And he turned behind me. I couldn't breathe.

I was laughing so hard.

Cruel.

It's one of my...

Bob Zemeckis on that,

he never cuts to the outside of the plane.

That's what of the reasons why that plane crashes is good. It's just from the perspective of inside the plane.
Yeah, really cool. No eye of God kind of stuff.
That's Bob. Now, Tom, with all of your incredible set experience, was that what drew you? Was it part of what drew you to the director's chair? Just the effort to sort of streamline things because you knew probably more than a lot of the directors you may have been working with? No, I think directing, that becomes sort of a bit of an ego thing because you become convinced that you know more than you actually do.

But seriously.

But then you try it and you're like, oh my God, this is hard.

I believe every actor should direct.

I think every director should have to act. I think we should all be writing and producing because you find out how hard it is to do

that other job.

For sure.

From an actor's perspective, it's like, you know, you got somebody saying, uh, that was pretty good. Try it again.
And you want to say to him, do you realize I'm on a horse weeping because my dog died and I'm trying to remember six pages of dialogue at the same, do you realize it's a little harder than it is? Man, let's try it again. That along with the same thing of an actor saying, hey, are we going to shoot this or what? Are we shooting or what? Right.
You have to realize that everybody has nine million things going on inside their head. And also, look, we're all storytellers.
At some point, we can have a sense of what might fit into our mouths a little bit better and maybe some options. It goes back to the thing Dan Sullivan always said, which have an idea in your pocket.
Have something that you can come out and say, this isn't on the page, but let me show you something else here. So since you have directed, when you do come to the set as an actor with an idea in your pocket, are you sensitive to that there might actually be a plan in place that that director and that crew has been working on for weeks and that your idea might disassemble the house of cards? Might suck.
There might not be room for it.

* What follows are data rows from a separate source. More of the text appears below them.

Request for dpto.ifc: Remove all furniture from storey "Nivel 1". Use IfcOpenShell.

First a look at what the model holds.

```python
import ifcopenshell
import ifcopenshell.util.element

model = ifcopenshell.open("dpto.ifc")
print(model.schema)
storey = next(s for s in model.by_type("IfcBuildingStorey") if s.Name == "Nivel 1")
furniture = [e for e in ifcopenshell.util.element.get_decomposition(storey) if e.is_a("IfcFurnishingElement")]
seen = {}
for e in furniture:
    element_type = ifcopenshell.util.element.get_type(e)
    name = element_type.Name if element_type not in (None, e) else None
    seen[name] = seen.get(name, 0) + 1
for name, count in sorted(seen.items(), key=str):
    print(count, "x", name)
```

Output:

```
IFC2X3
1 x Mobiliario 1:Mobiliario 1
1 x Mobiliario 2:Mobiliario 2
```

```python
import ifcopenshell
import ifcopenshell.api.root
import ifcopenshell.util.element

model = ifcopenshell.open("dpto.ifc")

storey = next(s for s in model.by_type("IfcBuildingStorey") if s.Name == "Nivel 1")
furniture = [e for e in ifcopenshell.util.element.get_decomposition(storey) if e.is_a("IfcFurnishingElement")]

for e in furniture:
    ifcopenshell.api.root.remove_product(model, product=e)
print(len(furniture), "removed")

model.write("dpto-out.ifc")
```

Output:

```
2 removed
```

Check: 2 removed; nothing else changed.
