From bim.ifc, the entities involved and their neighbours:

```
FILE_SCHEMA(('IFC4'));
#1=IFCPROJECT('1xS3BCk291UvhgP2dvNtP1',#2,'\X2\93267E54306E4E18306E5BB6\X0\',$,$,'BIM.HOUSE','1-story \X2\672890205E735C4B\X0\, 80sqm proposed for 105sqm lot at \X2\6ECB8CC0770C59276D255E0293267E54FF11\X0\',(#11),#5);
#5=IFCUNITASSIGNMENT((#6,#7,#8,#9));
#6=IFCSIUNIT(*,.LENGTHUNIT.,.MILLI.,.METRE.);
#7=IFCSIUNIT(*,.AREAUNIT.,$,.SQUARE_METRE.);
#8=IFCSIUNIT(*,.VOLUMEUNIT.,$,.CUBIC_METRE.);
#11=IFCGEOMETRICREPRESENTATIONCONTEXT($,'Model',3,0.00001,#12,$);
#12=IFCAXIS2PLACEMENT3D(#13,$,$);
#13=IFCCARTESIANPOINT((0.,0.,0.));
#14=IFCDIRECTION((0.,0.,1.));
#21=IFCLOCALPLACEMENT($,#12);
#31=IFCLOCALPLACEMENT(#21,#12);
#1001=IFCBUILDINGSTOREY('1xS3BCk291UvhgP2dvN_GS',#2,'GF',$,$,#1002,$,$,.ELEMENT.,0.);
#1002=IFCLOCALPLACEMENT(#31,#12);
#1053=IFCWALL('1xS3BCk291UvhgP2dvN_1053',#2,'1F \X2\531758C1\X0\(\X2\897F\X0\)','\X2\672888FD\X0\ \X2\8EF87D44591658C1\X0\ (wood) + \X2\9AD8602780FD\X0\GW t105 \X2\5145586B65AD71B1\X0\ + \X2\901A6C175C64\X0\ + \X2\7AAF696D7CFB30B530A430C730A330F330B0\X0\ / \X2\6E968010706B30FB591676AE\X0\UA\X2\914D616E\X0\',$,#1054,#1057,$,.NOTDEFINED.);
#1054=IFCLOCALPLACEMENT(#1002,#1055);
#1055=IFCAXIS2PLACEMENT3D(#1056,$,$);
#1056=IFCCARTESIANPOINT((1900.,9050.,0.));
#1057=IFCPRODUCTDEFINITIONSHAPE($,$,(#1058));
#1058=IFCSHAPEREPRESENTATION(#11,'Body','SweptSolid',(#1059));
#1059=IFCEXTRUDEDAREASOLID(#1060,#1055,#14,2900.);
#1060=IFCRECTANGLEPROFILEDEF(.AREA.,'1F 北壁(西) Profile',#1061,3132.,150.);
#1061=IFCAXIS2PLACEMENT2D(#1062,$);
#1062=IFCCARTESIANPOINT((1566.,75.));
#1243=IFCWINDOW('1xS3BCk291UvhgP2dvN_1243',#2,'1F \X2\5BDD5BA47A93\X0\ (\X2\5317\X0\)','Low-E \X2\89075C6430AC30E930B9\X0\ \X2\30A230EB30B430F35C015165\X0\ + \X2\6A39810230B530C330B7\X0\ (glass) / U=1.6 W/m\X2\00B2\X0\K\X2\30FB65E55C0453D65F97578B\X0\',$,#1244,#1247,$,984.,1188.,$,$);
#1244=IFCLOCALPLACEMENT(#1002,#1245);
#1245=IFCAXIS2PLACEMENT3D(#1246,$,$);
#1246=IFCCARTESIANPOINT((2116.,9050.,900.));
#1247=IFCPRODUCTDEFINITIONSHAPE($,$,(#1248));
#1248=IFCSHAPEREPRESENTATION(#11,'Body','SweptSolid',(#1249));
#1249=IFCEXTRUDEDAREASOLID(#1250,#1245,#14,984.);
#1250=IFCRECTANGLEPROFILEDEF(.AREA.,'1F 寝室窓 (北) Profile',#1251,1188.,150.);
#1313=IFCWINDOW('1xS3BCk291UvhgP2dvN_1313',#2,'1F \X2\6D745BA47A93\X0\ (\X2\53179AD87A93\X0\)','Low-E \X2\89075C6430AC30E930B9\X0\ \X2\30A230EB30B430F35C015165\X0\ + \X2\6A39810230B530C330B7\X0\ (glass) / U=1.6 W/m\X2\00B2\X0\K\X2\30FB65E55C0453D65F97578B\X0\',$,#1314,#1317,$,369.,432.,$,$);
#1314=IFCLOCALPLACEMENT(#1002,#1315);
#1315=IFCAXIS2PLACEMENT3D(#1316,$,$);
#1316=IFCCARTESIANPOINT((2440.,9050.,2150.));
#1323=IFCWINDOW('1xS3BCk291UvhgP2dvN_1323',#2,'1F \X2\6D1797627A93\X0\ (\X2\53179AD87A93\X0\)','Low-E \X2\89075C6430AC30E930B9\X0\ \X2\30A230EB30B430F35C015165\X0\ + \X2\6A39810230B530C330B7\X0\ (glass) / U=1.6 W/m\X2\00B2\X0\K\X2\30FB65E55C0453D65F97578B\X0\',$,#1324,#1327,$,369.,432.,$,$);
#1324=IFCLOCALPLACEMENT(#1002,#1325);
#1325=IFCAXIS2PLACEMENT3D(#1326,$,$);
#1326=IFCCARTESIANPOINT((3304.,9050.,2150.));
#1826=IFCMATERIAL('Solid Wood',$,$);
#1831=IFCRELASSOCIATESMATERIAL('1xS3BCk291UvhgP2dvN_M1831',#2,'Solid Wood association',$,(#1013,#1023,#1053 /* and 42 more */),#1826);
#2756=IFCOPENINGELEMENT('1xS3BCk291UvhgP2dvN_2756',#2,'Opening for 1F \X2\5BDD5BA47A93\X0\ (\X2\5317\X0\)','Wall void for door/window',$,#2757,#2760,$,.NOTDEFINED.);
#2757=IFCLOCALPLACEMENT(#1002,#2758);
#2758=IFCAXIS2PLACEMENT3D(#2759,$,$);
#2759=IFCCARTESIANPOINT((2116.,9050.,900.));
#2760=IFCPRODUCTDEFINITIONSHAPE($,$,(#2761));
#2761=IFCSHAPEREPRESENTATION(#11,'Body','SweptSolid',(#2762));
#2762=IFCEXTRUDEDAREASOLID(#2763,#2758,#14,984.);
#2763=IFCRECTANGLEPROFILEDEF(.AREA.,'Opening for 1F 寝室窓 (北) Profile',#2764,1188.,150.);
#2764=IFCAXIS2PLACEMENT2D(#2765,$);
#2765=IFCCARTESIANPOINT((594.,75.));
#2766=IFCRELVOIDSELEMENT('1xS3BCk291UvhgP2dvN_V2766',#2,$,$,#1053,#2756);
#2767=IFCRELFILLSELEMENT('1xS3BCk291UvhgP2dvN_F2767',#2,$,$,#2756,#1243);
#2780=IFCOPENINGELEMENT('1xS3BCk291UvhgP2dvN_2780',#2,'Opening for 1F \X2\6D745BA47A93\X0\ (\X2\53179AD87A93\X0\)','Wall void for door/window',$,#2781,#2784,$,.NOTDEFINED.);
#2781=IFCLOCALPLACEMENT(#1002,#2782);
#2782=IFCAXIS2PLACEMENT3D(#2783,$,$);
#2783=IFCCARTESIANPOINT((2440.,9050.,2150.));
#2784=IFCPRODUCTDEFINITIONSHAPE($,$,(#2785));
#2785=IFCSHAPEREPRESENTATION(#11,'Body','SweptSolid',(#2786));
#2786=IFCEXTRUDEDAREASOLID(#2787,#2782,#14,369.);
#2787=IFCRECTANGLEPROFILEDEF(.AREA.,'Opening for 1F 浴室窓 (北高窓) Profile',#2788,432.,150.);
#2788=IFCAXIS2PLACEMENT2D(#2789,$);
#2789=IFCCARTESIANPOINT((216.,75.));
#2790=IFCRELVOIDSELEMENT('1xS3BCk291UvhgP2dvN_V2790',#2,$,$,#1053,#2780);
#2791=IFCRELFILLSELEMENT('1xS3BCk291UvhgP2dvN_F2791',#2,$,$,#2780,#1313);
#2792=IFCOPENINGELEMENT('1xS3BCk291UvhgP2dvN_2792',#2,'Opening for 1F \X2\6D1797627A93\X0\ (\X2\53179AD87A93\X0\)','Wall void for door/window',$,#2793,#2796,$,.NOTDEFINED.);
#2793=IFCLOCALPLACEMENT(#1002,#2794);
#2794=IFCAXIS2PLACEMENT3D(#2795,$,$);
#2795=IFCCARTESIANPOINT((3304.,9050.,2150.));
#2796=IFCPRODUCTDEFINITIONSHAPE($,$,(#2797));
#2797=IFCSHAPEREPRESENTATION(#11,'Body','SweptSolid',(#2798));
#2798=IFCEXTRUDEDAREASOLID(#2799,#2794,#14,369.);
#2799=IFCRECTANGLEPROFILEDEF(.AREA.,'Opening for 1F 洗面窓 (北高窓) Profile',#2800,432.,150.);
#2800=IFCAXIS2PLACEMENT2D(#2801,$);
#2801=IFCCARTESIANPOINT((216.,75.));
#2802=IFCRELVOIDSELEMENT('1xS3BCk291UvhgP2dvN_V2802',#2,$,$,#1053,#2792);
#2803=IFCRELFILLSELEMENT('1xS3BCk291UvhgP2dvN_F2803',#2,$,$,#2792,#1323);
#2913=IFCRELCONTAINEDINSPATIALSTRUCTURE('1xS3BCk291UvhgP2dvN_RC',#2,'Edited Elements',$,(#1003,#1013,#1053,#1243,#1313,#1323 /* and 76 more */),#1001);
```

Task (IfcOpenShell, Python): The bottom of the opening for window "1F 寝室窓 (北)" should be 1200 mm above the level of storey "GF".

```python
import numpy as np
import ifcopenshell
import ifcopenshell.api.geometry
import ifcopenshell.geom
import ifcopenshell.util.element
import ifcopenshell.util.placement
import ifcopenshell.util.shape
import ifcopenshell.util.unit

model = ifcopenshell.open("bim.ifc")
unit_scale = ifcopenshell.util.unit.calculate_unit_scale(model)

window = model.by_guid("1xS3BCk291UvhgP2dvN_1243")
opening = window.FillsVoids[0].RelatingOpeningElement
storey = ifcopenshell.util.element.get_container(window, ifc_class="IfcBuildingStorey")
level = ifcopenshell.util.placement.get_local_placement(storey.ObjectPlacement)[2, 3]

# The opening's origin need not be at the sill, so measure its lowest point.
shape = ifcopenshell.geom.create_shape(ifcopenshell.geom.settings(), opening)
bottom = ifcopenshell.util.shape.get_shape_bottom_elevation(shape, shape.geometry) / unit_scale
dz = level + 1.2 / unit_scale - bottom

shift = np.array([0.0, 0.0, dz])
# The window is not placed relative to its opening, so move both.
for product in (opening, window):
    matrix = ifcopenshell.util.placement.get_local_placement(product.ObjectPlacement)
    matrix[:3, 3] += shift
    ifcopenshell.api.geometry.edit_object_placement(model, product=product, matrix=matrix, is_si=False)

print(f"moved by {dz * unit_scale:+.3f} m")

model.write("bim_v2.ifc")
```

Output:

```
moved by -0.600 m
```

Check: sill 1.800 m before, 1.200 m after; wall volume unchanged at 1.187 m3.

So then you try it once and they say, don't do that.
And then you don't do it. Right.
You know, it's pretty relatively easy stuff. Is that desire to direct still burning in you? I can't say that I have the instinctive powers of being a director.
As an actor, I think I know what I want to do. I read it and I say, I know what direction I'll go to.
Directing is a... Directing requires a fidelity and a patience and an ability to communicate.
After I've done it, I've directed two feature films. I've directed a number of episodes of the miniseries that we've done.
And I like those because I wrote them more. I wrote on them at the same time.
But I think directors more so than myself as an actor, they're born into it. You have to think it's the greatest job in the world.
Yeah. And oftentimes it's not.
Yeah. Do you enjoy the producing part of it all with what you guys have done? I don't really produce.
Well, but you guys churn out. It's really – you shouldn't slough over it.
It's the alliances that I make with other people that really do all the work. But the amount of – you're incredibly prolific as a producer.
You and Gary at Platonia. I mean, you've employed an incredible amount of people.
You've put a lot of product out there. That's not easy, and it's incredibly admirable.
Well, I'm very lucky because we have extremely good people, and we do, you know, we have a kind of like a clubhouse office where we lean in each other's doorway and say, you know, is this really a feature film, guys? I'm not so sure it's a feature film. Shouldn't it be like a 12-part miniseries instead so we can really examine the theme? And then you make nothing but a ton of alliances.
But here's, I'm not a producer because this is what producers do every day. They get on the phone and they try to convince somebody to do something they do not want to do.
Right. Or they tell somebody on the phone that there's no way that they are going to do what that person on the phone really wants to do.
That's pretty much it. It's that dichotomy.
I always just say, sure, no matter what they're saying. We'll be right back.
This episode is supported by FX's Dying for Sex, starring Michelle Williams and Jenny Slate. Inspired by a true story, this series follows Molly, who after receiving a terminal cancer diagnosis, decides to leave her husband and explore the full breadth of her sexual desires.
She gets the courage and support to go on this sex quest from her best friend Nikki, who stays by her side through it all. FX is Dying for Sex.
All episodes streaming April 4th on Hulu. Our show is sponsored by BetterHelp.
Hey guys, everybody should have a support system, right? Who's your support system? My support system, as you well know, talk about all the time, is Scotty. And of course, my two besties, Will and Jason.
Whenever I have a problem, an issue, I talk to them about it. And if they're not available, I will talk to a therapist.
And I've been going to therapy for a long time and it's always great. So think about your favorite leaders, mentors, and idols.
They don't have all the answers, but they do know when to ask questions or seek support from their community. In a society that glorifies hyper-independence, it's easy to forget that we're all better when we have a support system behind us.
Therapy can be a source of support for any area of your life. It's time to shift that focus from doing it all to knowing that we're better when we ask for help.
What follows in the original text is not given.